More thoughts are tumbling out of self’s head about “Gravity” and Bullock’s character, but you know, self also happens to teach and she thinks this is enough of a break for the day.

Stay tuned.

Anthony Lane on Peter Weir

And here is self, curled up in bed, reading yet another New Yorker (She might as well go ahead and renew her subscription.  Yes, she’d better), this one of January 31, 2011.

She’s reading an Anthony Lane review of Peter Weir’s latest movie, “The Way Back” (She’s missed him since “Master and Commander,” one of her 10 Favorite Films of All Time —  along with “Platoon,” “The Usual Suspects,” “L.A. Confidential,” “Alien,” “Blade Runner,” “Lantana” —  Self’s list keeps changing, but Peter Weir’s “Master and Commander” is pretty much a constant).

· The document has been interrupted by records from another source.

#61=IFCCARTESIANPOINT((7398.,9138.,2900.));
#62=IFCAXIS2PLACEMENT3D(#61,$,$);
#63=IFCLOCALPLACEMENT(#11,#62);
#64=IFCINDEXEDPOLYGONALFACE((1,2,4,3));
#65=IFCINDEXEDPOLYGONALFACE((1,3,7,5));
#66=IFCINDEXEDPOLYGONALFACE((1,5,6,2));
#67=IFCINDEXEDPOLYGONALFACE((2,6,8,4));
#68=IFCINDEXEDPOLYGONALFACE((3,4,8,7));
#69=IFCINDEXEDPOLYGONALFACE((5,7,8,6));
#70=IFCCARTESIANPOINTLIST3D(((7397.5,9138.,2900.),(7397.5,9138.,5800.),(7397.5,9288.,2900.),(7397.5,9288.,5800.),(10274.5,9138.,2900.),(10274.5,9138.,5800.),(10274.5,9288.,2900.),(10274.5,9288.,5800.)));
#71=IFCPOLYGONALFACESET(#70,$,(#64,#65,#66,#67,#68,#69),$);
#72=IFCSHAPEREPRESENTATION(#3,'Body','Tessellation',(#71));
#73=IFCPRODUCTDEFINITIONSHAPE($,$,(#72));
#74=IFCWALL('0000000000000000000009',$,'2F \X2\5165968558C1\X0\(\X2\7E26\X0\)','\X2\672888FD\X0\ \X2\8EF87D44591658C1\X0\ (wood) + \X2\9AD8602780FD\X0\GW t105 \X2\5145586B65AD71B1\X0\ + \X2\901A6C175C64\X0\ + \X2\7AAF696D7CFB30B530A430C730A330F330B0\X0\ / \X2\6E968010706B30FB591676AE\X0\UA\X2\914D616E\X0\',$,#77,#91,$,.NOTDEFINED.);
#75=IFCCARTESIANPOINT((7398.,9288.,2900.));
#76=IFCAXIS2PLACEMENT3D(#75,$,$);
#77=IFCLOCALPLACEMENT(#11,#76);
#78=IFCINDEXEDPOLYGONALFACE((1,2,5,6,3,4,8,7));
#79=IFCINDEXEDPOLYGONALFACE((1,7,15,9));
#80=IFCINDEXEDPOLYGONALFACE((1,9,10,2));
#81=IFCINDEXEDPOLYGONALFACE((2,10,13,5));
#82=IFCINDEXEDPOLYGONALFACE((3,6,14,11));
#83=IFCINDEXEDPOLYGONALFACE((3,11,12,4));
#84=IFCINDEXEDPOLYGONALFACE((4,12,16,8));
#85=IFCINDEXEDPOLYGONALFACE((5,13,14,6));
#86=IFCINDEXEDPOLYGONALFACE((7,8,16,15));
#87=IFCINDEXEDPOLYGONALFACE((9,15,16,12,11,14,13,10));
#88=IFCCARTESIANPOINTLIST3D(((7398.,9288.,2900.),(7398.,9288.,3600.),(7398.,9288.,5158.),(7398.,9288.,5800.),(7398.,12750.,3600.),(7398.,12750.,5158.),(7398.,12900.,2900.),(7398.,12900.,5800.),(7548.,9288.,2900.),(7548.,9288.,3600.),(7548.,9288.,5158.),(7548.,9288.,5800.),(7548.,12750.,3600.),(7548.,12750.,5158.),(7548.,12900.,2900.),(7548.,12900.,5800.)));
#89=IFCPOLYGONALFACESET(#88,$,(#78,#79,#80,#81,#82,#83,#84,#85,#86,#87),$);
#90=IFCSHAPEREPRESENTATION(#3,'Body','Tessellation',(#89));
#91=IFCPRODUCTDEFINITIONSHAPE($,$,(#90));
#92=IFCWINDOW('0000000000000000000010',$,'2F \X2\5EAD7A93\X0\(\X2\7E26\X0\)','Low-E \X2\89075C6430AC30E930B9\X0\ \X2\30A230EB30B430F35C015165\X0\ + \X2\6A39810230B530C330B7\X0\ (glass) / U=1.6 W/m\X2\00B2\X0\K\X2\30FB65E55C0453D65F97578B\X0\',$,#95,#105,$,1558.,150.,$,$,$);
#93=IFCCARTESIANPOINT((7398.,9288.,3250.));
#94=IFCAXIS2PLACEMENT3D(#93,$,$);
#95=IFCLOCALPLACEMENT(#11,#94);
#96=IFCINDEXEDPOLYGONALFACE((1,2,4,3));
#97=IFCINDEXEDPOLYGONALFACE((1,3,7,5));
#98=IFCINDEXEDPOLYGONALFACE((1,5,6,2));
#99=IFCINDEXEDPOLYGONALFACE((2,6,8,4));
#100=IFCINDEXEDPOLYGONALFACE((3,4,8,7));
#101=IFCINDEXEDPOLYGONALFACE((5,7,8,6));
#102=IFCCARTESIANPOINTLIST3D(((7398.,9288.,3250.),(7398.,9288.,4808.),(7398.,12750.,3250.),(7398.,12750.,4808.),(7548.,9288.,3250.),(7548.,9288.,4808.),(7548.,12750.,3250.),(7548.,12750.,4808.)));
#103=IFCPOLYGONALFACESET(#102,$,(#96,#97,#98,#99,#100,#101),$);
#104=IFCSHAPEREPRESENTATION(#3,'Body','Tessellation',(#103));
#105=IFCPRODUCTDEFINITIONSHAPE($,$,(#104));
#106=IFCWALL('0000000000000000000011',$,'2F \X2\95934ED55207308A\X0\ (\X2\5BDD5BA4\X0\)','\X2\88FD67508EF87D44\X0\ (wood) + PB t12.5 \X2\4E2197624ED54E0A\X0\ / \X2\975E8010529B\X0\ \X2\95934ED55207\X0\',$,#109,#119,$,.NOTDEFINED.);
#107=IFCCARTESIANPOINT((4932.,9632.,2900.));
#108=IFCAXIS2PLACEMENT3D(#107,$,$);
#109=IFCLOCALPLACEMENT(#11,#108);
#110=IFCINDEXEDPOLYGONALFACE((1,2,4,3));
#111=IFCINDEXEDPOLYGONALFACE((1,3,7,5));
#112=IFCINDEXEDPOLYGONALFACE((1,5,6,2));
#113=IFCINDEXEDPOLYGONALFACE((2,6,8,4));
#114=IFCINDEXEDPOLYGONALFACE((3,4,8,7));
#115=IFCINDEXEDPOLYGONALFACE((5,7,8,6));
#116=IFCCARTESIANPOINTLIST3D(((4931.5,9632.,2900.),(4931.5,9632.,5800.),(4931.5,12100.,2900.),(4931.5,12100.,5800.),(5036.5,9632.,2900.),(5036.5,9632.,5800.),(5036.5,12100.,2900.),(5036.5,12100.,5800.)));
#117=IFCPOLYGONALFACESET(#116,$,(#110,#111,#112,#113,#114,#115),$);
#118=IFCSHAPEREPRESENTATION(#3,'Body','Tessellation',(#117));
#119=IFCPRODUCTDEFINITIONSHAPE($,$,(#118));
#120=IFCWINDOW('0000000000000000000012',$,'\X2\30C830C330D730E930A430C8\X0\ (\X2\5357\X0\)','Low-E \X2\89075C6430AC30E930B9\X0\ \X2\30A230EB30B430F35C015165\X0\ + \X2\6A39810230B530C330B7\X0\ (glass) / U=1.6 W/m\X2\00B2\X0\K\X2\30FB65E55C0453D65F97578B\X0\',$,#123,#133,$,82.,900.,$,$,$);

Anyhoo, Lane gives a re-cap of some of Peter Weir’s past movies, and fails to mention:  a) “Last Picnic at Hanging Rock” b) “Witness” and c) “Master and Commander.”  He does get in mention of one of self’s least-favorite Peter Weir movies, “The Truman Show.”  And another that she has never seen:  “Green Card,” in which, according to Lane, “jungle music thrummed at night” through Andie MacDowell’s apartment while “she and Gerard Depardieu lay in separate rooms, awake with unappeasable lust.”  (Sold! Self will rent this one from Netflix, soon as she’s finished viewing “Splice”!)

Here’s Lane again, killing self with witticisms:  He has praise for Ed Harris, who “plays an American known as Smith.”  Someone asks him for a first name.  “Mr.,” he replies.  This is a movie about men who escape from a Stalinist prison camp, but while Harris’ features are appropriately “riven and desperate,” the “rest of the actors, through no fault of their own, never look as shrivelled by hunger as they should.”

And then Lane goes on to reveal aspects of the plot, and —  Stop right there, self! You know you’ll see this movie, no matter what!

So self decides to stop reading.  She does think it is pretty amazing that this movie is based on a true story, and some of the escapees did make it to freedom, “crossing the Himalayas into India after a trek of some four thousand miles.”